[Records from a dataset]
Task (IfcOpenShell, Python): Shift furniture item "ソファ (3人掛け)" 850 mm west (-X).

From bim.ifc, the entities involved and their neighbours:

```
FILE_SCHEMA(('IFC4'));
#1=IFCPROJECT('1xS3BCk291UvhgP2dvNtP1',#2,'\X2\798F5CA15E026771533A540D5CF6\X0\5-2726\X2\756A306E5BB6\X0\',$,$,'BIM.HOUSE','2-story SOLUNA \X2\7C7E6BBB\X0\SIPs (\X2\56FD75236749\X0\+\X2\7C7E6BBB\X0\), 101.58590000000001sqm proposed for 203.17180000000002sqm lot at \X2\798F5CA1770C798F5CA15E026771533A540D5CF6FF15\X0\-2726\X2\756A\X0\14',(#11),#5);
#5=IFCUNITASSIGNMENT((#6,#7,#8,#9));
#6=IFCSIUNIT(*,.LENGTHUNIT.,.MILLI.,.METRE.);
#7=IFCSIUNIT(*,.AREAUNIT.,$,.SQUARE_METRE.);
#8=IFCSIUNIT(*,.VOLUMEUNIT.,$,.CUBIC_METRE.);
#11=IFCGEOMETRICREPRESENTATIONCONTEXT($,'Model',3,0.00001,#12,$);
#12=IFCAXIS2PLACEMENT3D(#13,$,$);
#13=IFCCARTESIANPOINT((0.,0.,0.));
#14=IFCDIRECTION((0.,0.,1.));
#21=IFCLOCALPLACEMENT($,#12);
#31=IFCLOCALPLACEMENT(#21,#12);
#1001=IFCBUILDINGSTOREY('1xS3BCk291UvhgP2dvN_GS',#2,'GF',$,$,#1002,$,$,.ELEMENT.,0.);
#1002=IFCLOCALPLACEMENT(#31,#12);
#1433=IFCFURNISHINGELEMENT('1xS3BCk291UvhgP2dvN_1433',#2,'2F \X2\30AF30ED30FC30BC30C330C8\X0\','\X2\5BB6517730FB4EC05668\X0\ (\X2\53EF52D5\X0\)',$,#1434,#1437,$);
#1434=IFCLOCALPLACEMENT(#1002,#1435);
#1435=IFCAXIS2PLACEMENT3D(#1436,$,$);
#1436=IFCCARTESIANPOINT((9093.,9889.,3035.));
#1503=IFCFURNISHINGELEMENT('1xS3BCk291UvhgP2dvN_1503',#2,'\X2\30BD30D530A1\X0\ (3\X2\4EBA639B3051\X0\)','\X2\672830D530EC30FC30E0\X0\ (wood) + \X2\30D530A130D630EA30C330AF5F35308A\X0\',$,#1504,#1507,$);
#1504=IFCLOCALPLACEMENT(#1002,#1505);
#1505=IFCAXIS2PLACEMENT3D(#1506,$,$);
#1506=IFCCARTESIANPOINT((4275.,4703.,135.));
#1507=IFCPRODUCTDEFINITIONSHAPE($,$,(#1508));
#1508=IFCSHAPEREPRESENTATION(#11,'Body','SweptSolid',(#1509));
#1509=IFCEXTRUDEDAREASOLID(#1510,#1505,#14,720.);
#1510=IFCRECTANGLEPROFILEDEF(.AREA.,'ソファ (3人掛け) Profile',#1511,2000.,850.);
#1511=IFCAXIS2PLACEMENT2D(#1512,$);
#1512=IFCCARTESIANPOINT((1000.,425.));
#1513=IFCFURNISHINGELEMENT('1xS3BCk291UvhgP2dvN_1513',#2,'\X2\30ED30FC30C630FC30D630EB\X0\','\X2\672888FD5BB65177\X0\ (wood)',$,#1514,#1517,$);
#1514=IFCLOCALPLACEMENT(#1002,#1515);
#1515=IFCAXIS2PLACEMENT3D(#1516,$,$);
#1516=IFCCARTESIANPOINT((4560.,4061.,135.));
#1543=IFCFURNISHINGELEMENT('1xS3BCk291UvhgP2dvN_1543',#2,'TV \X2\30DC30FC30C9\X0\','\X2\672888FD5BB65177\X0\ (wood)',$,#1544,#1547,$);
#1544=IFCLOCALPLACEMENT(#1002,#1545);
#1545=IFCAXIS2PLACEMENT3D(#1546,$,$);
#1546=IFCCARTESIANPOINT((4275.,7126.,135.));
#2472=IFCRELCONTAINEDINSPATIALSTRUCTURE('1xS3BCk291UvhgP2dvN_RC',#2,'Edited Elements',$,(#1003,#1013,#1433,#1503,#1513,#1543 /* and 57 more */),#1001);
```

```python
import ifcopenshell
import ifcopenshell.api.geometry
import ifcopenshell.util.placement
import ifcopenshell.util.unit

model = ifcopenshell.open("bim.ifc")
unit_scale = ifcopenshell.util.unit.calculate_unit_scale(model)

item = model.by_guid("1xS3BCk291UvhgP2dvN_1503")
matrix = ifcopenshell.util.placement.get_local_placement(item.ObjectPlacement)
matrix[0, 3] -= 0.85 / unit_scale
ifcopenshell.api.geometry.edit_object_placement(model, product=item, matrix=matrix, is_si=False)

print(ifcopenshell.util.placement.get_local_placement(item.ObjectPlacement).round(3) + 0.0)

model.write("bim_v2.ifc")
```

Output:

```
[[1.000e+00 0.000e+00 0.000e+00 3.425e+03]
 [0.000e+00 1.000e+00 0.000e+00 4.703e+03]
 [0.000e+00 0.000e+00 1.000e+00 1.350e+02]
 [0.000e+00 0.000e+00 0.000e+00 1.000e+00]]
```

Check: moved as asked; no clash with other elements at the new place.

Assigned task: Show every line of the data in which the word "wood" appears.

Written solution:
#1503=IFCFURNISHINGELEMENT('1xS3BCk291UvhgP2dvN_1503',#2,'\X2\30BD30D530A1\X0\ (3\X2\4EBA639B3051\X0\)','\X2\672830D530EC30FC30E0\X0\ (wood) + \X2\30D530A130D630EA30C330AF5F35308A\X0\',$,#1504,#1507,$);
#1513=IFCFURNISHINGELEMENT('1xS3BCk291UvhgP2dvN_1513',#2,'\X2\30ED30FC30C630FC30D630EB\X0\','\X2\672888FD5BB65177\X0\ (wood)',$,#1514,#1517,$);
#1543=IFCFURNISHINGELEMENT('1xS3BCk291UvhgP2dvN_1543',#2,'TV \X2\30DC30FC30C9\X0\','\X2\672888FD5BB65177\X0\ (wood)',$,#1544,#1547,$);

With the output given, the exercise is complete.